BEGIN Records supplied

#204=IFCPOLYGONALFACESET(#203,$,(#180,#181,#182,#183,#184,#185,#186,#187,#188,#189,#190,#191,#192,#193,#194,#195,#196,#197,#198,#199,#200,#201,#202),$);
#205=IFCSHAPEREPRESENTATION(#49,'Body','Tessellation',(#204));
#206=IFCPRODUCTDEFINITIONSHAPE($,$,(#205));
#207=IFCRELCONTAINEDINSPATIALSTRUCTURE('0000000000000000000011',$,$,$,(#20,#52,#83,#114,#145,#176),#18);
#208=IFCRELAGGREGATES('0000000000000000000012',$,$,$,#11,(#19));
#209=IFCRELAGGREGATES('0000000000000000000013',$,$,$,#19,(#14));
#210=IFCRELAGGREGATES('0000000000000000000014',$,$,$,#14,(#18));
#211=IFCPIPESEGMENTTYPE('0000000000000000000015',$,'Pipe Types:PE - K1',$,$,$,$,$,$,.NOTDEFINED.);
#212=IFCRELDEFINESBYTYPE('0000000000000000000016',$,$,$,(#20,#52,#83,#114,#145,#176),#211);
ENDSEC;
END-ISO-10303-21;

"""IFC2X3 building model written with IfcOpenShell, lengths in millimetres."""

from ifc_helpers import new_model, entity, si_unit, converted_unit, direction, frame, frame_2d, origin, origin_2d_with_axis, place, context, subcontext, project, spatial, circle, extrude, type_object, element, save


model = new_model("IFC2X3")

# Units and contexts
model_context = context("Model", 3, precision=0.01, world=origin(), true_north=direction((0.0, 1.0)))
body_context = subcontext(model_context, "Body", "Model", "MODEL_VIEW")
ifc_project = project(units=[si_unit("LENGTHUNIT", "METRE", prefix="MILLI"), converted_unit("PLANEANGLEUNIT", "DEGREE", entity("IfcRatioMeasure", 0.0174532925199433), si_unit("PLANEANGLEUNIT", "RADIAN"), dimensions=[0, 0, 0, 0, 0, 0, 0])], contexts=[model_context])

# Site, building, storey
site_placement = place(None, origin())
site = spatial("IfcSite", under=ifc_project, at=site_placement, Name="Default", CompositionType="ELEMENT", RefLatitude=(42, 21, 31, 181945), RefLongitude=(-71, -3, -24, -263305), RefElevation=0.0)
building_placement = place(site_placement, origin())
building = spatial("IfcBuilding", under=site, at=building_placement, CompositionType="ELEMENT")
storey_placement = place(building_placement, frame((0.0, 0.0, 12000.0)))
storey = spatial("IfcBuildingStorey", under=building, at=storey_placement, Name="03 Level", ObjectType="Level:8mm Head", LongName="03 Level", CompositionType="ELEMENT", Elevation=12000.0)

END Records supplied

What the task requires:
Nothing should appear in the answer except the lines above from the line with "building model written" through the line with "from ifc_helpers import", both included, written out exactly.

Solved problem:
"""IFC2X3 building model written with IfcOpenShell, lengths in millimetres."""

from ifc_helpers import new_model, entity, si_unit, converted_unit, direction, frame, frame_2d, origin, origin_2d_with_axis, place, context, subcontext, project, spatial, circle, extrude, type_object, element, save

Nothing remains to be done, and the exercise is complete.